- Release poster
- Directed by: Paul Etheredge
- Written by: Paul Etheredge
- Produced by: Jeffrey Reddick; Tim Nagle; Jeff Walker; Lisa Normand;
- Starring: Olivia Macklin; Dylan McTee; Avangeline Friedlander; Lily D. Moore; Shawnee Smith;
- Cinematography: Noe Medrano Jr.
- Edited by: Shrader Thomas; Sai Selvarajan;
- Music by: Holly Amber Church
- Production company: Camp Lucky Studios
- Distributed by: Quiver Distribution
- Release dates: April 26, 2025 (DIFF); June 13, 2025;
- Running time: 100 minutes
- Country: United States
- Language: English

= The Other (2025 film) =

Film by Paul Etheredge

The Other is a 2025 American psychological horror film written and directed by Paul Etheredge. It stars Olivia Macklin, Dylan McTee, Avangeline Friedlander, Lily D. Moore, and Shawnee Smith.

The film premiered at Dallas International Film Festival on April 26, 2025. It was released on digital platforms in the United States on June 13, 2025.

==Premise==
Robin and Daniel foster Kathelia who is mute with a dark past that haunts the family.

==Cast==
- Olivia Macklin as Robin
- Dylan McTee as Daniel
- Avangeline Friedlander as Kathelia
- Lily D. Moore as Fiona
- Shawnee Smith as Lizzie

==Production==
Paul Etheredge conceived the story of the film by being inspired by a vivid nightmare he experienced in his 20s while on vacation in Costa Rica and anticipating the birth of his first child. Etheredge described the dream as: "It was about me being a new dad and having anxieties about having to care for a child who was destructive and dangerous. The dream was about my struggles in being a good dad when I can't control my child and we're not connecting. It was probably 10 seconds long, but there was all this story that was in there. It stayed with me."
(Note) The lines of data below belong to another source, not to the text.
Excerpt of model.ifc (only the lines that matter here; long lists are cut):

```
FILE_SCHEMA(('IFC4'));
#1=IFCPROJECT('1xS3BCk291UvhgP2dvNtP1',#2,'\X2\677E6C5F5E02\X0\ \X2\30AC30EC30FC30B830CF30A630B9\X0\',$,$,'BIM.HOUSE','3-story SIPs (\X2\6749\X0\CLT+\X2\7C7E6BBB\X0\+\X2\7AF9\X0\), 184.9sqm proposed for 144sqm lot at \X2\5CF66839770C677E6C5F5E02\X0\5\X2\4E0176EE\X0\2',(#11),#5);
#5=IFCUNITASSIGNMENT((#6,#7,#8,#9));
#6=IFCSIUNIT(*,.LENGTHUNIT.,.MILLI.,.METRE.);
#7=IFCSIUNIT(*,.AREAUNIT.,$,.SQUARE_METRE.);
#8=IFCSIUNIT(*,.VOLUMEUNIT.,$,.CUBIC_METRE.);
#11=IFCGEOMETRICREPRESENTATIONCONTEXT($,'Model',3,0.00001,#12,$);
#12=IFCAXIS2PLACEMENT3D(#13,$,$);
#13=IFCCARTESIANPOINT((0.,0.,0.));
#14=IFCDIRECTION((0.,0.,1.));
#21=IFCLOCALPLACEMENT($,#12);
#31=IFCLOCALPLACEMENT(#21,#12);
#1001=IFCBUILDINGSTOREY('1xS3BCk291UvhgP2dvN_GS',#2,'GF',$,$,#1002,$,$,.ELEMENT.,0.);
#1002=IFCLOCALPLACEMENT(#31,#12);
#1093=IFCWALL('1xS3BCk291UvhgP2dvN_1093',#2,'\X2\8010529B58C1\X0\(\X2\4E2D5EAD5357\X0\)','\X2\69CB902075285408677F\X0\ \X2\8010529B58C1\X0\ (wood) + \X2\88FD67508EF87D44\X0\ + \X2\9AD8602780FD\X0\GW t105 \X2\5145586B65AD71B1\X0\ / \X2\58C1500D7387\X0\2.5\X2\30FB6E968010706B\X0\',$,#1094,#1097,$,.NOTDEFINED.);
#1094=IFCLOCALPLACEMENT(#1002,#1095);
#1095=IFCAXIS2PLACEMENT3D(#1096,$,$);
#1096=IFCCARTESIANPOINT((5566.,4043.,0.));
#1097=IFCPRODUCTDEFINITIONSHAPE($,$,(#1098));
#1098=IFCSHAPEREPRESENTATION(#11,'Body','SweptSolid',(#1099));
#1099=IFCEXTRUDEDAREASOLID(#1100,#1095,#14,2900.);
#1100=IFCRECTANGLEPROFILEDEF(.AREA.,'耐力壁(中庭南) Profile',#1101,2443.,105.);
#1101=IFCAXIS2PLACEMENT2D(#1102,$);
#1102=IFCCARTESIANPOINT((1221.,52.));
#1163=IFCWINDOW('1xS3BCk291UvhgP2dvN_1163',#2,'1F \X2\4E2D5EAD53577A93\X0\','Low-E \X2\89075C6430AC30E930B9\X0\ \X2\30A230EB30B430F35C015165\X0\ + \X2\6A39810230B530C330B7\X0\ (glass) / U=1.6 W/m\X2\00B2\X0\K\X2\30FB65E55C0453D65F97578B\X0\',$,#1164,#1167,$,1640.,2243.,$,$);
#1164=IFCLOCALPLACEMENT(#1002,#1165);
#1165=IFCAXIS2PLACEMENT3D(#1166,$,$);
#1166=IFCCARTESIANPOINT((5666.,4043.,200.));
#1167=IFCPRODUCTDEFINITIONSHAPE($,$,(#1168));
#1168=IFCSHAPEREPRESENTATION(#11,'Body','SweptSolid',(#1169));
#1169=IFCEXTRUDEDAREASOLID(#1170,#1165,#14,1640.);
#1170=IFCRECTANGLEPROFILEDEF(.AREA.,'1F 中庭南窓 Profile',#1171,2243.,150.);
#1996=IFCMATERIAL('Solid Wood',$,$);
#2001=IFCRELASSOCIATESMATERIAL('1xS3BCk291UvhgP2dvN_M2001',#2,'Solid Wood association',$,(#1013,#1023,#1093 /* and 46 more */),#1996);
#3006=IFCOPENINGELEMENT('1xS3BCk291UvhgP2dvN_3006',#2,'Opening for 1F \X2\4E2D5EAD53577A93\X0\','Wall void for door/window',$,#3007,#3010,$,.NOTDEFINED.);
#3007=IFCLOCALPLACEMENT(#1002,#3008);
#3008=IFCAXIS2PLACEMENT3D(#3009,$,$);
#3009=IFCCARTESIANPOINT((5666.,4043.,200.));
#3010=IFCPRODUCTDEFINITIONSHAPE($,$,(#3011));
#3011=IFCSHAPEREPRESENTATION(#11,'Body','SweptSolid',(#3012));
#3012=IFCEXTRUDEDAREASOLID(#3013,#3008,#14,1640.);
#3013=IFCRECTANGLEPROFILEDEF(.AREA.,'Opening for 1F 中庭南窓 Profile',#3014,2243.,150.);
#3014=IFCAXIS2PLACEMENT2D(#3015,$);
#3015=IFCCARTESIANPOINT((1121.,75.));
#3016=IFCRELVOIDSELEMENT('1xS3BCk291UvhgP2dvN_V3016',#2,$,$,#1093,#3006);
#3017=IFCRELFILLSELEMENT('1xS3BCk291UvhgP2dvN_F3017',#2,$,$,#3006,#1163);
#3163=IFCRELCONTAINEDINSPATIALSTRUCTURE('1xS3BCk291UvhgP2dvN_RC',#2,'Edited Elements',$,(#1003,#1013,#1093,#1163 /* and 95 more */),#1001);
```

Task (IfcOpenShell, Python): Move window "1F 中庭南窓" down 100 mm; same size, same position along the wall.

```python
import numpy as np
import ifcopenshell
import ifcopenshell.api.geometry
import ifcopenshell.util.placement
import ifcopenshell.util.unit

model = ifcopenshell.open("model.ifc")
unit_scale = ifcopenshell.util.unit.calculate_unit_scale(model)

window = model.by_id(1163)
opening = window.FillsVoids[0].RelatingOpeningElement
dz = -100.0

shift = np.array([0.0, 0.0, dz])
# The window is not placed relative to its opening, so move both.
for product in (opening, window):
    matrix = ifcopenshell.util.placement.get_local_placement(product.ObjectPlacement)
    matrix[:3, 3] += shift
    ifcopenshell.api.geometry.edit_object_placement(model, product=product, matrix=matrix, is_si=False)

print(f"moved by {dz * unit_scale:+.3f} m")

model.write("model-out.ifc")
```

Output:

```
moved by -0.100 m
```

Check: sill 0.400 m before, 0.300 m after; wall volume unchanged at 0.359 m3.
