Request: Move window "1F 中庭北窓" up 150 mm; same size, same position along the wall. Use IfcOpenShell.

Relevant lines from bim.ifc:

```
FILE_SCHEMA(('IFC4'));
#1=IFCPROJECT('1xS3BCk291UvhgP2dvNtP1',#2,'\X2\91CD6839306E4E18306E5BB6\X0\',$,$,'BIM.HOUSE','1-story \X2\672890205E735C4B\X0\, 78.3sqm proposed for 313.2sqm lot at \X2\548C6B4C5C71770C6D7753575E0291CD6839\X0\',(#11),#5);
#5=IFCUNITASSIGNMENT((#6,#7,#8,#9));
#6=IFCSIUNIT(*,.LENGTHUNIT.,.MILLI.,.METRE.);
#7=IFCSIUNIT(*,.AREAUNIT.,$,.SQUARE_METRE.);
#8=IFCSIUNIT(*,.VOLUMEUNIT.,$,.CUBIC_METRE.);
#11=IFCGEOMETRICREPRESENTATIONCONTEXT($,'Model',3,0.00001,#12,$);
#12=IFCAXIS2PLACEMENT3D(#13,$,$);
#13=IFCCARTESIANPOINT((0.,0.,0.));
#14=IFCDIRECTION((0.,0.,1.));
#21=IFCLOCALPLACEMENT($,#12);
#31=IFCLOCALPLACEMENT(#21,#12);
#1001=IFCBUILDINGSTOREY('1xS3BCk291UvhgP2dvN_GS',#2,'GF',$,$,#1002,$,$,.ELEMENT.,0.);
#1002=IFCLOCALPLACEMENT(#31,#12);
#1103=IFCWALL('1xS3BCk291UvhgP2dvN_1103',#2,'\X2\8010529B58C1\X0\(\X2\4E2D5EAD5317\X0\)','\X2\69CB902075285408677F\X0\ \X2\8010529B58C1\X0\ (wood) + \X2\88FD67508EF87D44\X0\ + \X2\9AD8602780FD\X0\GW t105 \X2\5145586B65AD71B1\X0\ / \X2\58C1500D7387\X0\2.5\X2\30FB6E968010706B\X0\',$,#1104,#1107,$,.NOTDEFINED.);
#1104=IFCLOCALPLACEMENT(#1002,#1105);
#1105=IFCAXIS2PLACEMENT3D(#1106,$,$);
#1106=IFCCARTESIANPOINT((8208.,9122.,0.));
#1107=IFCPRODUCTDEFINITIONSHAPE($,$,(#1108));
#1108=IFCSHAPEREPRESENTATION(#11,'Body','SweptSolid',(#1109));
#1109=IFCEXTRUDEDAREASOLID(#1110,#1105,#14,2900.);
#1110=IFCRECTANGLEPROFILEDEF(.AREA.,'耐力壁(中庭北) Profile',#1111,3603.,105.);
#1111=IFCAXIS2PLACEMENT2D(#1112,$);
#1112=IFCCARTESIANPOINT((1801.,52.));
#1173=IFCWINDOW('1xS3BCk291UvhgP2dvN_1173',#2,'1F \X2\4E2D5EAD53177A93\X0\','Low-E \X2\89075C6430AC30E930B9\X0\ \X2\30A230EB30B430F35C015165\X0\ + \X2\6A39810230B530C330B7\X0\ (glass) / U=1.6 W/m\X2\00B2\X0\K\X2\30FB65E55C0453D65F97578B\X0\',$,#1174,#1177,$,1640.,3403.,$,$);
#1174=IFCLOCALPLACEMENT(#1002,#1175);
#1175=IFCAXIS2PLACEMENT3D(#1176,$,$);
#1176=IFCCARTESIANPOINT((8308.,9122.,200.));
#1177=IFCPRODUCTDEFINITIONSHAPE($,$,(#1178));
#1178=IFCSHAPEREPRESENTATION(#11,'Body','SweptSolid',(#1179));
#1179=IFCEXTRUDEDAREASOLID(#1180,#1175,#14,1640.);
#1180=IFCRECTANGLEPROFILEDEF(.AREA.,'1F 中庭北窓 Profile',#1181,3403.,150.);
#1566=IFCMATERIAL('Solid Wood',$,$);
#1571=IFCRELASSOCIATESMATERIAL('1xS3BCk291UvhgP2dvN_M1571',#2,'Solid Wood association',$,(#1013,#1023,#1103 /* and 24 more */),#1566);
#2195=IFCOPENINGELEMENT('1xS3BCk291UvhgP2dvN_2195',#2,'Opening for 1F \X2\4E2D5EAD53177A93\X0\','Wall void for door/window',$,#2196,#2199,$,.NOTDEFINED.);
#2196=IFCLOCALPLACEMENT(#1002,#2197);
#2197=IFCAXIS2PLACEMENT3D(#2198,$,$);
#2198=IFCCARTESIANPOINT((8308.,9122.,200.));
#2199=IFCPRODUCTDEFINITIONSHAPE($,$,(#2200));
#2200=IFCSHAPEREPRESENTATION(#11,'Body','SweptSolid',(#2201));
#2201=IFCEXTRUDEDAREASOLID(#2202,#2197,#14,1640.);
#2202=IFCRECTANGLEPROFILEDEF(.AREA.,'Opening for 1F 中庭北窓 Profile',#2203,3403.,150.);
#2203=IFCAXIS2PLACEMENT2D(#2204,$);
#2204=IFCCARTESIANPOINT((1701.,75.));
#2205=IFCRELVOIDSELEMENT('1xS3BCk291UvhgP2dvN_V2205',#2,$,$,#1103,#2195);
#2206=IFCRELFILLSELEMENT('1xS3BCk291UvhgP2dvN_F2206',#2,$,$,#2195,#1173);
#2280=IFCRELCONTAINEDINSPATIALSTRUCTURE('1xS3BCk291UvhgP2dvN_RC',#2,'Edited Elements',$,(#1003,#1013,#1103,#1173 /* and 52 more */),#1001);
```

```python
import numpy as np
import ifcopenshell
import ifcopenshell.api.geometry
import ifcopenshell.util.placement
import ifcopenshell.util.unit

model = ifcopenshell.open("bim.ifc")
unit_scale = ifcopenshell.util.unit.calculate_unit_scale(model)

window = model.by_guid("1xS3BCk291UvhgP2dvN_1173")
opening = window.FillsVoids[0].RelatingOpeningElement
dz = 150.0

shift = np.array([0.0, 0.0, dz])
# The window is not placed relative to its opening, so move both.
for product in (opening, window):
    matrix = ifcopenshell.util.placement.get_local_placement(product.ObjectPlacement)
    matrix[:3, 3] += shift
    ifcopenshell.api.geometry.edit_object_placement(model, product=product, matrix=matrix, is_si=False)

print(f"moved by {dz * unit_scale:+.3f} m")

model.write("bim_rev.ifc")
```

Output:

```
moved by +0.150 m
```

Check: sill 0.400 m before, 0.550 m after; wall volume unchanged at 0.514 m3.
Following his 2009 film Angel of Death, Etheredge's career slowed, which he attributed to the 2008 economic recession and its adverse impact on independent film financing. During this time, he shifted his focus to work as a production designer. In the early 2020s, Etheredge revisited the concept from his decades-old dream and partnered with longtime friend and producer Jeffrey Reddick to pursue funding. However, financing fell apart so producer Lisa Normand was brought in. The resulting film, The Other—originally titled Psychopomp—became the first feature produced by Normand's Camp Lucky Studios, which also handled post-production.

The film stars Olivia Macklin, Dylan McTee, Avangeline Friedlander, Lily D. Moore, and Shawnee Smith. Principal photography took place in the Lakewood neighborhood of Dallas for 30 days between May and June 2023. To minimize production costs, Etheredge shot primarily at the home and property of his mother. The production utilized all local crew, including cinematographer Noe Medrano Jr.

==Release==
In November 2024, it was reported that Film Mode Entertainment had acquired the film for sales. It premiered at the Dallas International Film Festival on April 26, 2025. The Other was released on digital in the United States by Quiver Distribution on June 13, 2025.